_Listed entries_.

....

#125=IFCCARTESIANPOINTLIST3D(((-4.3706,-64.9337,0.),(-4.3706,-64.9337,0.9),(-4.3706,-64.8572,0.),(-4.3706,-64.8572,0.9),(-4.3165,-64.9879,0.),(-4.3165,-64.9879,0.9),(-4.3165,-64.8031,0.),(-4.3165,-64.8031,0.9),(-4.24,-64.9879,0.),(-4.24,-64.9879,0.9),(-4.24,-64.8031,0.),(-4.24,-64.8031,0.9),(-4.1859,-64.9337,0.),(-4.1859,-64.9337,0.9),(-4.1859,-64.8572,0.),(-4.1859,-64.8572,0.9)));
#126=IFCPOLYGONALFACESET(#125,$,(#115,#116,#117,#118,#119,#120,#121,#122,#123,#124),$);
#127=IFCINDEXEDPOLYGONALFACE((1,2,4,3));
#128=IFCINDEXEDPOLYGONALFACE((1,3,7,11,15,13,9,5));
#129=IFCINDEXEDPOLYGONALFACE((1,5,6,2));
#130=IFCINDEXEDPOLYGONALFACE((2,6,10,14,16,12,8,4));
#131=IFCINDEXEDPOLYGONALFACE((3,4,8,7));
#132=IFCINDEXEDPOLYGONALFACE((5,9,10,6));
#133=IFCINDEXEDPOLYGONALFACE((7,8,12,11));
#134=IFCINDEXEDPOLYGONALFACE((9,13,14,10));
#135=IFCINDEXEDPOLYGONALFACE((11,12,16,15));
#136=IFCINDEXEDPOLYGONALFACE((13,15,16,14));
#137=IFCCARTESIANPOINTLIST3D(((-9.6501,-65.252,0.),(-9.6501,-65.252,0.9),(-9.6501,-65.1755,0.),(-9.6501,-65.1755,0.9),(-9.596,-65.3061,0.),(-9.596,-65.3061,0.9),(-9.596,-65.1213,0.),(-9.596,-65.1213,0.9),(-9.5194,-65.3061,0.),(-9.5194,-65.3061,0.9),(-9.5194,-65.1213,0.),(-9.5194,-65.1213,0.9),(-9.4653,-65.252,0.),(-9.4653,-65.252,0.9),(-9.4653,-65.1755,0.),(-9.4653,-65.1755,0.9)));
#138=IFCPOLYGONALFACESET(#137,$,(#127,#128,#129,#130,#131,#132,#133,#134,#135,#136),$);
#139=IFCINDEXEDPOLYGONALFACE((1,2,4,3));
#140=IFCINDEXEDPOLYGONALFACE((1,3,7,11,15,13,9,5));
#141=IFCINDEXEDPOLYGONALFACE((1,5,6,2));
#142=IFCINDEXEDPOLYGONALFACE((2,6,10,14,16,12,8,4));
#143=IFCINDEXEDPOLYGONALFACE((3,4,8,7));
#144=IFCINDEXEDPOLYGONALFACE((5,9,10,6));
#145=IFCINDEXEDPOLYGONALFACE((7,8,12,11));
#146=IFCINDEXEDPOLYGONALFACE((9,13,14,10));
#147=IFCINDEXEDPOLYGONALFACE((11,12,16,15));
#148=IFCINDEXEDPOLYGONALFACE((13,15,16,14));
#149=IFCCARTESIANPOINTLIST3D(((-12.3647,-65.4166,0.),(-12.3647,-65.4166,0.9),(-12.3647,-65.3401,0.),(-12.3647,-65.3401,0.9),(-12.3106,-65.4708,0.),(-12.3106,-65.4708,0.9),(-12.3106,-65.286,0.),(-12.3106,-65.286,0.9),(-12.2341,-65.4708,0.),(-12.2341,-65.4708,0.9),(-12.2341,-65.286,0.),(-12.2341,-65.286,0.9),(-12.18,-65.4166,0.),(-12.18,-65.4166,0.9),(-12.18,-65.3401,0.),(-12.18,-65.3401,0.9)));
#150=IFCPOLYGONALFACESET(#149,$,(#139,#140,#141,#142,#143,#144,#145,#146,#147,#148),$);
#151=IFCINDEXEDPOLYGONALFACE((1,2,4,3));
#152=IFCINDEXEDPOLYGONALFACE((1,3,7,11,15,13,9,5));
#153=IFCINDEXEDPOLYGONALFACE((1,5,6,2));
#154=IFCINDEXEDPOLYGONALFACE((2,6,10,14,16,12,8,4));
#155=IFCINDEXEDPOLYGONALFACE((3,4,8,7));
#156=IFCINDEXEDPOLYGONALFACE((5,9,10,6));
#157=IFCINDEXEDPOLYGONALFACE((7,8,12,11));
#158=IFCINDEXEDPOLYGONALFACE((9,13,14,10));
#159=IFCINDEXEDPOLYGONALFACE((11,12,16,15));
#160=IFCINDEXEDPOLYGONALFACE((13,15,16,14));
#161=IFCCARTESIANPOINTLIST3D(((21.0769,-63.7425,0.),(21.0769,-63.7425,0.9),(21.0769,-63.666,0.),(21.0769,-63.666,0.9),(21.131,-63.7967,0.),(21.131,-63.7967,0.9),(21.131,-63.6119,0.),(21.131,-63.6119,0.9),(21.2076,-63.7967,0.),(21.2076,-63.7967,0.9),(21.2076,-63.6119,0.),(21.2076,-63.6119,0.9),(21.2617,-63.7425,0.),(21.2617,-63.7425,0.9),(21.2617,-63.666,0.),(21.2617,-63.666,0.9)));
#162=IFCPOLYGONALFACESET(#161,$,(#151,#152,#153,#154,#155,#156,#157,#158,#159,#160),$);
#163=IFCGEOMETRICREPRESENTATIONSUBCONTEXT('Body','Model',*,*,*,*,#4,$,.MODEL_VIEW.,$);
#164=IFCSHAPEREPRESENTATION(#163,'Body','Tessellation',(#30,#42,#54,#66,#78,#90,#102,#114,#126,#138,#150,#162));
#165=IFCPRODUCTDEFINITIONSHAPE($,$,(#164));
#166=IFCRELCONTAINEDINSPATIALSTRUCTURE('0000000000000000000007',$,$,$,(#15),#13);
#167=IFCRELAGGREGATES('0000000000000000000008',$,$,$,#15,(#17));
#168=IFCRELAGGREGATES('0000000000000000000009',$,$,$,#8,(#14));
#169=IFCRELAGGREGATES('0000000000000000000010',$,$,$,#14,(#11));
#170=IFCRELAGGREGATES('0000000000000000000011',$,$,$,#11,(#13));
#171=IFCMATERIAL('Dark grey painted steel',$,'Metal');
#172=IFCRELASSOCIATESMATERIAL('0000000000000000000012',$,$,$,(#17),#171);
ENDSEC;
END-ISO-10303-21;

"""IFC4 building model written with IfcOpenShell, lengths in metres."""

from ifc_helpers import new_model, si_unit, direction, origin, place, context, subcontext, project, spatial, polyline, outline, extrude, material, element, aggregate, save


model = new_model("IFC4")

....

Would you give the number of lines in this listing that include "IFCRELAGGREGATES"? Only the number, please.

4